- **Your assignment**: An exact copy of the listing is what is needed here; write it out in full.

- **Supplied information**:
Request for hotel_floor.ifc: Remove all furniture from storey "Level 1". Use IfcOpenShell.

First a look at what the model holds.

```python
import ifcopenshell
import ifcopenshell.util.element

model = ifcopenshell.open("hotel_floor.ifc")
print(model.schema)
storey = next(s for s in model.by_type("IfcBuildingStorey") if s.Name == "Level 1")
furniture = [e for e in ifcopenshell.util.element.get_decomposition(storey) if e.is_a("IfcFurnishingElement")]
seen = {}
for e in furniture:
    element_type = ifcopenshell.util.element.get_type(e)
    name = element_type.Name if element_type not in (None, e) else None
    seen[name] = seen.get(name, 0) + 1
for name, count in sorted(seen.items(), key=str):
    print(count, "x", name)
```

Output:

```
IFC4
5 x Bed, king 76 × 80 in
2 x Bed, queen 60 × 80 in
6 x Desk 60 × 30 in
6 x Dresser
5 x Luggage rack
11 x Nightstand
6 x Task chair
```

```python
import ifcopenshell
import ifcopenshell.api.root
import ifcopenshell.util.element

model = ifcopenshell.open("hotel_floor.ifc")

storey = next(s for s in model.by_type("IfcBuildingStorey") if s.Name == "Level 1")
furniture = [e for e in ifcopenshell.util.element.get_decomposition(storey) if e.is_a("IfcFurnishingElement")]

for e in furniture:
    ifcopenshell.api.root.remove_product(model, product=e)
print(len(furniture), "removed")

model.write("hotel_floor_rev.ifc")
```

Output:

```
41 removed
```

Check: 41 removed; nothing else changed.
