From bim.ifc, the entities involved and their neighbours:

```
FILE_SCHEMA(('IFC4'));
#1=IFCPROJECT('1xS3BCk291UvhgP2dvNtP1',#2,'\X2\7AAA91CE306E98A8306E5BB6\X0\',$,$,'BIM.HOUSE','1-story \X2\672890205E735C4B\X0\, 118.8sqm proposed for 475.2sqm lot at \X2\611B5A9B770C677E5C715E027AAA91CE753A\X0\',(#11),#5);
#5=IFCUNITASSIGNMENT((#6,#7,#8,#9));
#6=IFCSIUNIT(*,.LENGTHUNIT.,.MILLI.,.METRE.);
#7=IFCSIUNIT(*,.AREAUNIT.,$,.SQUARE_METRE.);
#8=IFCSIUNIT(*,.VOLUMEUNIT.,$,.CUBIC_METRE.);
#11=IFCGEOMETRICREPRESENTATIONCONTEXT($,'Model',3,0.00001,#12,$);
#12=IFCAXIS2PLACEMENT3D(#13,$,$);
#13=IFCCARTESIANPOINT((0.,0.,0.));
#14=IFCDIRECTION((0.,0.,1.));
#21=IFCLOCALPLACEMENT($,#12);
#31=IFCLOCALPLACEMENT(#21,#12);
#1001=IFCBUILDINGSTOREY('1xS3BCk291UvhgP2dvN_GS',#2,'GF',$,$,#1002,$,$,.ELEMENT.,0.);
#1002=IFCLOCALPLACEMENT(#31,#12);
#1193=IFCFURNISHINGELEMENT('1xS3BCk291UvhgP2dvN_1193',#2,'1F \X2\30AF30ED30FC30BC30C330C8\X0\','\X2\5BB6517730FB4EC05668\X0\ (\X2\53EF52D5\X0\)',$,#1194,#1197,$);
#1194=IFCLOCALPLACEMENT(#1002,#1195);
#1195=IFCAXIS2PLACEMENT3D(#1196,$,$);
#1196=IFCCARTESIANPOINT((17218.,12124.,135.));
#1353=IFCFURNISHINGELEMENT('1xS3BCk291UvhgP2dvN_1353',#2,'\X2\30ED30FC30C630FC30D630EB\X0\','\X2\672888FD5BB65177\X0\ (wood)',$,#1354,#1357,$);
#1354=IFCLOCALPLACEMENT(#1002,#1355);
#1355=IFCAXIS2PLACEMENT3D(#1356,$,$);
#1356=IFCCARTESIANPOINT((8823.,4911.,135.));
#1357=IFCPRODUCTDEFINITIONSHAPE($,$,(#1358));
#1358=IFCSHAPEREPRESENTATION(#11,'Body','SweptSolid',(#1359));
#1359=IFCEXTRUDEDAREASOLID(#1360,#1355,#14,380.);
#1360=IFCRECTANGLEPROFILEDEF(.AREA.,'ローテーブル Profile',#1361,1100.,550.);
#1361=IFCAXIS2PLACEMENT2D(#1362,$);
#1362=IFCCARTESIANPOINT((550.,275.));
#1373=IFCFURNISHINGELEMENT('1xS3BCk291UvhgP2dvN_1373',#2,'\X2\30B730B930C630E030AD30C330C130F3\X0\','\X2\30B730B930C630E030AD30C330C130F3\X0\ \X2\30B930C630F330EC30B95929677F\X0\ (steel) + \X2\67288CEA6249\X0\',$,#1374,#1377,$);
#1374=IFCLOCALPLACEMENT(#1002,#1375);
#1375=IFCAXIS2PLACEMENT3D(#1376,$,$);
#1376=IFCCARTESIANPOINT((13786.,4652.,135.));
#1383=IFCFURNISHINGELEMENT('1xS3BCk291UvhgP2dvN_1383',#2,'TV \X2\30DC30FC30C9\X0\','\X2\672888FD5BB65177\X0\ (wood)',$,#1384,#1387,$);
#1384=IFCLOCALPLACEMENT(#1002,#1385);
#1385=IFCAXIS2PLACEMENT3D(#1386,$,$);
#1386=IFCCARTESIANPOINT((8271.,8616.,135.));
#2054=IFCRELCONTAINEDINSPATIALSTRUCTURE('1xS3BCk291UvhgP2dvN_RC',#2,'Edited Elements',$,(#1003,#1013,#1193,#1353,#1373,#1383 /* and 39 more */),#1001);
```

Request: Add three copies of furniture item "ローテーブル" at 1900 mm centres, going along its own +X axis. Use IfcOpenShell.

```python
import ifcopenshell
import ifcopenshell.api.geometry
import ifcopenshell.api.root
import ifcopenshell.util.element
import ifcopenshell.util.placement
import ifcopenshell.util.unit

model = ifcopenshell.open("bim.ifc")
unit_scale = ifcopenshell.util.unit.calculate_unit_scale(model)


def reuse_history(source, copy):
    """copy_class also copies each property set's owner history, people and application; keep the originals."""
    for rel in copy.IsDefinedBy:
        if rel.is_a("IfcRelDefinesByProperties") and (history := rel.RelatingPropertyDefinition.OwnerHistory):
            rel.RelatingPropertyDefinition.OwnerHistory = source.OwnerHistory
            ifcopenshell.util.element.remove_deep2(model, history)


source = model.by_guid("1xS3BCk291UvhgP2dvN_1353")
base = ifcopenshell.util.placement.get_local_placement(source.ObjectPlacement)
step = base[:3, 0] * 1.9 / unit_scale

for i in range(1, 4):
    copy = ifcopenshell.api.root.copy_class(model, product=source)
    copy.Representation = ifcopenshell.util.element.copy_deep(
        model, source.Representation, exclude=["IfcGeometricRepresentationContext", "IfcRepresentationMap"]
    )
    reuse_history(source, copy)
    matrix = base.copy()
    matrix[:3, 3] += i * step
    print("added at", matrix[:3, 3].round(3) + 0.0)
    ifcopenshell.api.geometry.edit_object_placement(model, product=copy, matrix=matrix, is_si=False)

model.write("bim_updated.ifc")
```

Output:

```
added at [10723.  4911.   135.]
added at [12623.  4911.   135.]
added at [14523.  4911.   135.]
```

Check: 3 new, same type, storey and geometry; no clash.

- **Output of the task**:
Request for hotel_floor.ifc: Remove all furniture from storey "Level 1". Use IfcOpenShell.

First a look at what the model holds.

```python
import ifcopenshell
import ifcopenshell.util.element

model = ifcopenshell.open("hotel_floor.ifc")
print(model.schema)
storey = next(s for s in model.by_type("IfcBuildingStorey") if s.Name == "Level 1")
furniture = [e for e in ifcopenshell.util.element.get_decomposition(storey) if e.is_a("IfcFurnishingElement")]
seen = {}
for e in furniture:
    element_type = ifcopenshell.util.element.get_type(e)
    name = element_type.Name if element_type not in (None, e) else None
    seen[name] = seen.get(name, 0) + 1
for name, count in sorted(seen.items(), key=str):
    print(count, "x", name)
```

Output:

```
IFC4
5 x Bed, king 76 × 80 in
2 x Bed, queen 60 × 80 in
6 x Desk 60 × 30 in
6 x Dresser
5 x Luggage rack
11 x Nightstand
6 x Task chair
```

```python
import ifcopenshell
import ifcopenshell.api.root
import ifcopenshell.util.element

model = ifcopenshell.open("hotel_floor.ifc")

storey = next(s for s in model.by_type("IfcBuildingStorey") if s.Name == "Level 1")
furniture = [e for e in ifcopenshell.util.element.get_decomposition(storey) if e.is_a("IfcFurnishingElement")]

for e in furniture:
    ifcopenshell.api.root.remove_product(model, product=e)
print(len(furniture), "removed")

model.write("hotel_floor_rev.ifc")
```

Output:

```
41 removed
```

Check: 41 removed; nothing else changed.
From bim.ifc, the entities involved and their neighbours:

```
FILE_SCHEMA(('IFC4'));
#1=IFCPROJECT('1xS3BCk291UvhgP2dvNtP1',#2,'\X2\7AAA91CE306E98A8306E5BB6\X0\',$,$,'BIM.HOUSE','1-story \X2\672890205E735C4B\X0\, 118.8sqm proposed for 475.2sqm lot at \X2\611B5A9B770C677E5C715E027AAA91CE753A\X0\',(#11),#5);
#5=IFCUNITASSIGNMENT((#6,#7,#8,#9));
#6=IFCSIUNIT(*,.LENGTHUNIT.,.MILLI.,.METRE.);
#7=IFCSIUNIT(*,.AREAUNIT.,$,.SQUARE_METRE.);
#8=IFCSIUNIT(*,.VOLUMEUNIT.,$,.CUBIC_METRE.);
#11=IFCGEOMETRICREPRESENTATIONCONTEXT($,'Model',3,0.00001,#12,$);
#12=IFCAXIS2PLACEMENT3D(#13,$,$);
#13=IFCCARTESIANPOINT((0.,0.,0.));
#14=IFCDIRECTION((0.,0.,1.));
#21=IFCLOCALPLACEMENT($,#12);
#31=IFCLOCALPLACEMENT(#21,#12);
#1001=IFCBUILDINGSTOREY('1xS3BCk291UvhgP2dvN_GS',#2,'GF',$,$,#1002,$,$,.ELEMENT.,0.);
#1002=IFCLOCALPLACEMENT(#31,#12);
#1193=IFCFURNISHINGELEMENT('1xS3BCk291UvhgP2dvN_1193',#2,'1F \X2\30AF30ED30FC30BC30C330C8\X0\','\X2\5BB6517730FB4EC05668\X0\ (\X2\53EF52D5\X0\)',$,#1194,#1197,$);
#1194=IFCLOCALPLACEMENT(#1002,#1195);
#1195=IFCAXIS2PLACEMENT3D(#1196,$,$);
#1196=IFCCARTESIANPOINT((17218.,12124.,135.));
#1353=IFCFURNISHINGELEMENT('1xS3BCk291UvhgP2dvN_1353',#2,'\X2\30ED30FC30C630FC30D630EB\X0\','\X2\672888FD5BB65177\X0\ (wood)',$,#1354,#1357,$);
#1354=IFCLOCALPLACEMENT(#1002,#1355);
#1355=IFCAXIS2PLACEMENT3D(#1356,$,$);
#1356=IFCCARTESIANPOINT((8823.,4911.,135.));
#1357=IFCPRODUCTDEFINITIONSHAPE($,$,(#1358));
#1358=IFCSHAPEREPRESENTATION(#11,'Body','SweptSolid',(#1359));
#1359=IFCEXTRUDEDAREASOLID(#1360,#1355,#14,380.);
#1360=IFCRECTANGLEPROFILEDEF(.AREA.,'ローテーブル Profile',#1361,1100.,550.);
#1361=IFCAXIS2PLACEMENT2D(#1362,$);
#1362=IFCCARTESIANPOINT((550.,275.));
#1373=IFCFURNISHINGELEMENT('1xS3BCk291UvhgP2dvN_1373',#2,'\X2\30B730B930C630E030AD30C330C130F3\X0\','\X2\30B730B930C630E030AD30C330C130F3\X0\ \X2\30B930C630F330EC30B95929677F\X0\ (steel) + \X2\67288CEA6249\X0\',$,#1374,#1377,$);
#1374=IFCLOCALPLACEMENT(#1002,#1375);
#1375=IFCAXIS2PLACEMENT3D(#1376,$,$);
#1376=IFCCARTESIANPOINT((13786.,4652.,135.));
#1383=IFCFURNISHINGELEMENT('1xS3BCk291UvhgP2dvN_1383',#2,'TV \X2\30DC30FC30C9\X0\','\X2\672888FD5BB65177\X0\ (wood)',$,#1384,#1387,$);
#1384=IFCLOCALPLACEMENT(#1002,#1385);
#1385=IFCAXIS2PLACEMENT3D(#1386,$,$);
#1386=IFCCARTESIANPOINT((8271.,8616.,135.));
#2054=IFCRELCONTAINEDINSPATIALSTRUCTURE('1xS3BCk291UvhgP2dvN_RC',#2,'Edited Elements',$,(#1003,#1013,#1193,#1353,#1373,#1383 /* and 39 more */),#1001);
```

Request: Add three copies of furniture item "ローテーブル" at 1900 mm centres, going along its own +X axis. Use IfcOpenShell.

```python
import ifcopenshell
import ifcopenshell.api.geometry
import ifcopenshell.api.root
import ifcopenshell.util.element
import ifcopenshell.util.placement
import ifcopenshell.util.unit

model = ifcopenshell.open("bim.ifc")
unit_scale = ifcopenshell.util.unit.calculate_unit_scale(model)


def reuse_history(source, copy):
    """copy_class also copies each property set's owner history, people and application; keep the originals."""
    for rel in copy.IsDefinedBy:
        if rel.is_a("IfcRelDefinesByProperties") and (history := rel.RelatingPropertyDefinition.OwnerHistory):
            rel.RelatingPropertyDefinition.OwnerHistory = source.OwnerHistory
            ifcopenshell.util.element.remove_deep2(model, history)


source = model.by_guid("1xS3BCk291UvhgP2dvN_1353")
base = ifcopenshell.util.placement.get_local_placement(source.ObjectPlacement)
step = base[:3, 0] * 1.9 / unit_scale

for i in range(1, 4):
    copy = ifcopenshell.api.root.copy_class(model, product=source)
    copy.Representation = ifcopenshell.util.element.copy_deep(
        model, source.Representation, exclude=["IfcGeometricRepresentationContext", "IfcRepresentationMap"]
    )
    reuse_history(source, copy)
    matrix = base.copy()
    matrix[:3, 3] += i * step
    print("added at", matrix[:3, 3].round(3) + 0.0)
    ifcopenshell.api.geometry.edit_object_placement(model, product=copy, matrix=matrix, is_si=False)

model.write("bim_updated.ifc")
```

Output:

```
added at [10723.  4911.   135.]
added at [12623.  4911.   135.]
added at [14523.  4911.   135.]
```

Check: 3 new, same type, storey and geometry; no clash.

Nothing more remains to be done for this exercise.